What you should do: The required output is all lines below that contain the word "IFCDIRECTION".

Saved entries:
++++++
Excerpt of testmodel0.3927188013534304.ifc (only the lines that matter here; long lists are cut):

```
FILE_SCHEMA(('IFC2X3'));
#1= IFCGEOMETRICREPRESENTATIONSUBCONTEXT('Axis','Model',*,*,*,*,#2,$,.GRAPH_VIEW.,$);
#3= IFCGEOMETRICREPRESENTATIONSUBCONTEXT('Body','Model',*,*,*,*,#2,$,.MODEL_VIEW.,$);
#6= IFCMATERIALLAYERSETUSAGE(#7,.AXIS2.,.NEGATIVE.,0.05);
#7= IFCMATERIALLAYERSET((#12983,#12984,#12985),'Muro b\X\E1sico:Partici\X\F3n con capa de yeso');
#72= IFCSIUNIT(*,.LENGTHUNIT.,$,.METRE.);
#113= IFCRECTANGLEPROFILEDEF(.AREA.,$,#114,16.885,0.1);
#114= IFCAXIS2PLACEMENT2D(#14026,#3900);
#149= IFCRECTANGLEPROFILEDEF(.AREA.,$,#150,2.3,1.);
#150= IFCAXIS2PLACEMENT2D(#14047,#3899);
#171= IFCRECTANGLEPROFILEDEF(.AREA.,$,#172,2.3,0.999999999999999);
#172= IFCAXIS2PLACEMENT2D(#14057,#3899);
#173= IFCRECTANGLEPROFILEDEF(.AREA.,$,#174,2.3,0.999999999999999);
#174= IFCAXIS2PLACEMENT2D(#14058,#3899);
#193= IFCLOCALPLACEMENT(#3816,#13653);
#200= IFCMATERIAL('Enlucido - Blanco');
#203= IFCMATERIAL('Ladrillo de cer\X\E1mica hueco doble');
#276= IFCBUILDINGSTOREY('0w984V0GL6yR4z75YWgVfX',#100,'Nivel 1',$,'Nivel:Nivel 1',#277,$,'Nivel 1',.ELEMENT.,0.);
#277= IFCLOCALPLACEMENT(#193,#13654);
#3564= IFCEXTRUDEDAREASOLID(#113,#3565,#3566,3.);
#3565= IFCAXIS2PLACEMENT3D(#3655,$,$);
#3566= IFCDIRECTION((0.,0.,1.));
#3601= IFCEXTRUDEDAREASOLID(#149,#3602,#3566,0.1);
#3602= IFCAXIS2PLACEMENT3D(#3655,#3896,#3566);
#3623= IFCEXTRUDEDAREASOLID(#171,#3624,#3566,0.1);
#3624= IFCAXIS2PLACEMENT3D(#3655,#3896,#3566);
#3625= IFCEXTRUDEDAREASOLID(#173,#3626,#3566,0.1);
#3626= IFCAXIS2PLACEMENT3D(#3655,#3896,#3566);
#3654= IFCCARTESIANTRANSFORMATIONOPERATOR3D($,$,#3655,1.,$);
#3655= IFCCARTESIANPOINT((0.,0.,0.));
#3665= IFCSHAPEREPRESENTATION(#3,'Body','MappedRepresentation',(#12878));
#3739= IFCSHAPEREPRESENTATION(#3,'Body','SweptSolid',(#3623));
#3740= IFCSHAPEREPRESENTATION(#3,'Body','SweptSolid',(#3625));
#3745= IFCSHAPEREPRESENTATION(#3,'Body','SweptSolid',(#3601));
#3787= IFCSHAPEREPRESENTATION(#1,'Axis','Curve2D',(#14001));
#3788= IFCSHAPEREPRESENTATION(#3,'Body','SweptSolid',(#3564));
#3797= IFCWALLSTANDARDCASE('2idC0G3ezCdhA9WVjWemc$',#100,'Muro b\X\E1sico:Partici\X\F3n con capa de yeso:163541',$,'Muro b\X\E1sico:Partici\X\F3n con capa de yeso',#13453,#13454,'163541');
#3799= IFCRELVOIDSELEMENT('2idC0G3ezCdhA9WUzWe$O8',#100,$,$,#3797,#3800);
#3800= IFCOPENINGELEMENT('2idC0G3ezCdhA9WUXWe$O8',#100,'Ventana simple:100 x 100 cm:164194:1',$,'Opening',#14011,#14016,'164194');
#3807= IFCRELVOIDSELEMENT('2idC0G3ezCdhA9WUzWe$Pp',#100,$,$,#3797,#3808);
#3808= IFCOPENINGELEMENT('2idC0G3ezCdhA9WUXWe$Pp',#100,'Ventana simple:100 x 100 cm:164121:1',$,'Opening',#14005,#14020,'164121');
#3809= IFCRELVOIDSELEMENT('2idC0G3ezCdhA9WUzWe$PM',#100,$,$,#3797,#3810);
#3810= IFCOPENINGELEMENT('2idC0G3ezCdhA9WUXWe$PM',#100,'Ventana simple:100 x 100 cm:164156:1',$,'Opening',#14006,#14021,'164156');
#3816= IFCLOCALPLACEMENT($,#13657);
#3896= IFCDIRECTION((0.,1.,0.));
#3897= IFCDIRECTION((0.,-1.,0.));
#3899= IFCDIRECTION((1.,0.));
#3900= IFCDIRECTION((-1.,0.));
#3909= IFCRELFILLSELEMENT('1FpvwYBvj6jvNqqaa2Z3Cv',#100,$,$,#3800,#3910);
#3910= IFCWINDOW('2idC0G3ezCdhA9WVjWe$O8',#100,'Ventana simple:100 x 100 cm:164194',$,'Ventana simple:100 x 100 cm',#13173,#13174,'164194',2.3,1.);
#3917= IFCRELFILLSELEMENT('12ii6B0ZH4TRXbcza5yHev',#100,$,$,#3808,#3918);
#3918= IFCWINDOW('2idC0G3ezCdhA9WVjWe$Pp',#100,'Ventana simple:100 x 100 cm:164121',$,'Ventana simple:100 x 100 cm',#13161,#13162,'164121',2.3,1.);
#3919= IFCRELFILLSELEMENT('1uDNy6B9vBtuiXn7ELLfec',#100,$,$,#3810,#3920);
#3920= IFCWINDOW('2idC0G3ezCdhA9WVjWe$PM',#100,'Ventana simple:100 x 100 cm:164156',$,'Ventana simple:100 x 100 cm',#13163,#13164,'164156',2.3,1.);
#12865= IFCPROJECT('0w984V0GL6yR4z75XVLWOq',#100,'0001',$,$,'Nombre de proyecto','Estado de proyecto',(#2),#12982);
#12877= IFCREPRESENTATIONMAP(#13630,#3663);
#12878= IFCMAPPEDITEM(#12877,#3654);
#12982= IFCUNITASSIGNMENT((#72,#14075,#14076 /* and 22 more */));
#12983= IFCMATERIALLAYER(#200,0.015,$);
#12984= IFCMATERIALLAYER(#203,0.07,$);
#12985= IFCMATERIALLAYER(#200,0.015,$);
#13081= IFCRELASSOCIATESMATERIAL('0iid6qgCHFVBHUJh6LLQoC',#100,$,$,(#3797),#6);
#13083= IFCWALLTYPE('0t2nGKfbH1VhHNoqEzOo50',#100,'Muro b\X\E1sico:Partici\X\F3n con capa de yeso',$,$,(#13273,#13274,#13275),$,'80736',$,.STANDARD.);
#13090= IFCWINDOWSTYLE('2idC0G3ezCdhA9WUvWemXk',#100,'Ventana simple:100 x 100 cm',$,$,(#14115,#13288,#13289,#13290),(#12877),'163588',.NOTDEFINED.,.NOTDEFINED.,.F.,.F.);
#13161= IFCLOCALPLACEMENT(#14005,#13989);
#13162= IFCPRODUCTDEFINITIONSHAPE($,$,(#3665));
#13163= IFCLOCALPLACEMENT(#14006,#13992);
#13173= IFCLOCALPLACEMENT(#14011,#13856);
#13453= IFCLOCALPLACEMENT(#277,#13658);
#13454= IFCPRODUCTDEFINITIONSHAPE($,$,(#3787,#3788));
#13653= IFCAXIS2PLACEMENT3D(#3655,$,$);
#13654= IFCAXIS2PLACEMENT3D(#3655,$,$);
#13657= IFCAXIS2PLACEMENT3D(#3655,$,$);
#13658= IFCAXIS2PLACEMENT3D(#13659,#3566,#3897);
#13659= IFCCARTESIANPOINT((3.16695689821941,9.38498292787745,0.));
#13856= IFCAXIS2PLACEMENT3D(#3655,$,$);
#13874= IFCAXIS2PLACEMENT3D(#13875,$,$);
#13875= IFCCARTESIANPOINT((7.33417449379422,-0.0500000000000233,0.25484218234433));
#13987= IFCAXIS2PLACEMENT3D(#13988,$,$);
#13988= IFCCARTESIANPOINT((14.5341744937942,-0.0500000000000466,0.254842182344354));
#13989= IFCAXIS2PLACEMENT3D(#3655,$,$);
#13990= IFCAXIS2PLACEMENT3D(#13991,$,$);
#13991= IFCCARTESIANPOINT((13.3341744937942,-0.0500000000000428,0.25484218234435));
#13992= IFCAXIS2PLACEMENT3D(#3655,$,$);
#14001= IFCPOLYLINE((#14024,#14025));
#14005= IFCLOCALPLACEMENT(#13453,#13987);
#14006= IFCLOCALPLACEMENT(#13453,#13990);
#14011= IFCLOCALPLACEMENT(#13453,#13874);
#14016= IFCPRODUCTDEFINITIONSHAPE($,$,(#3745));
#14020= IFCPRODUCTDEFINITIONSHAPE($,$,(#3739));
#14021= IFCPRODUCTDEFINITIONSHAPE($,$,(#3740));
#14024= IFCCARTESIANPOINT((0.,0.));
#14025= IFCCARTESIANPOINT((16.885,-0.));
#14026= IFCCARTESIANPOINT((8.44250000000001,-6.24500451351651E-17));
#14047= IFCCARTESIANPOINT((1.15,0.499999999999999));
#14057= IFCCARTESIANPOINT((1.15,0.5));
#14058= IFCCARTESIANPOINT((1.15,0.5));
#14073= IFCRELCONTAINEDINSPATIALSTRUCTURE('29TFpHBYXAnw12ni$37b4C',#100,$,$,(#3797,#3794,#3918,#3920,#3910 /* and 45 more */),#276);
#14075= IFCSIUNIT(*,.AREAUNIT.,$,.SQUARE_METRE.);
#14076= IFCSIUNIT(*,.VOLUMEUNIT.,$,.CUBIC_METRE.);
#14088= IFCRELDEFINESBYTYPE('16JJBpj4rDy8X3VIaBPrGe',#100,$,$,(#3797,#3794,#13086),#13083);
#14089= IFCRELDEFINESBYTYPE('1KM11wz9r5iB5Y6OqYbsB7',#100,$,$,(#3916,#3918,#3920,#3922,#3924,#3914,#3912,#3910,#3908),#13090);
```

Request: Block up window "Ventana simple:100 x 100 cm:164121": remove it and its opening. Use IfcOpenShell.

```python
import ifcopenshell
import ifcopenshell.api.feature
import ifcopenshell.api.root
import ifcopenshell.geom
import ifcopenshell.util.shape

model = ifcopenshell.open("testmodel0.3927188013534304.ifc")
settings = ifcopenshell.geom.settings()


def volume(element):
    """Net volume in cubic metres, openings subtracted."""
    shape = ifcopenshell.geom.create_shape(settings, element)
    return ifcopenshell.util.shape.get_volume(shape.geometry)


window = model.by_guid("2idC0G3ezCdhA9WVjWe$Pp")
opening = window.FillsVoids[0].RelatingOpeningElement
wall = opening.VoidsElements[0].RelatingBuildingElement
before = volume(wall)

ifcopenshell.api.root.remove_product(model, product=window)
ifcopenshell.api.feature.remove_feature(model, feature=opening)

after = volume(wall)

print(f"wall volume {before:.3f} -> {after:.3f} m3")

model.write("testmodel0.3927188013534304_edited.ifc")
```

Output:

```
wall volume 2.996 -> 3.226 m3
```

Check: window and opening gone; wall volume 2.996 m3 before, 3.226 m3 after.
++++++
Response:
#3566= IFCDIRECTION((0.,0.,1.));
#3896= IFCDIRECTION((0.,1.,0.));
#3897= IFCDIRECTION((0.,-1.,0.));
#3899= IFCDIRECTION((1.,0.));
#3900= IFCDIRECTION((-1.,0.));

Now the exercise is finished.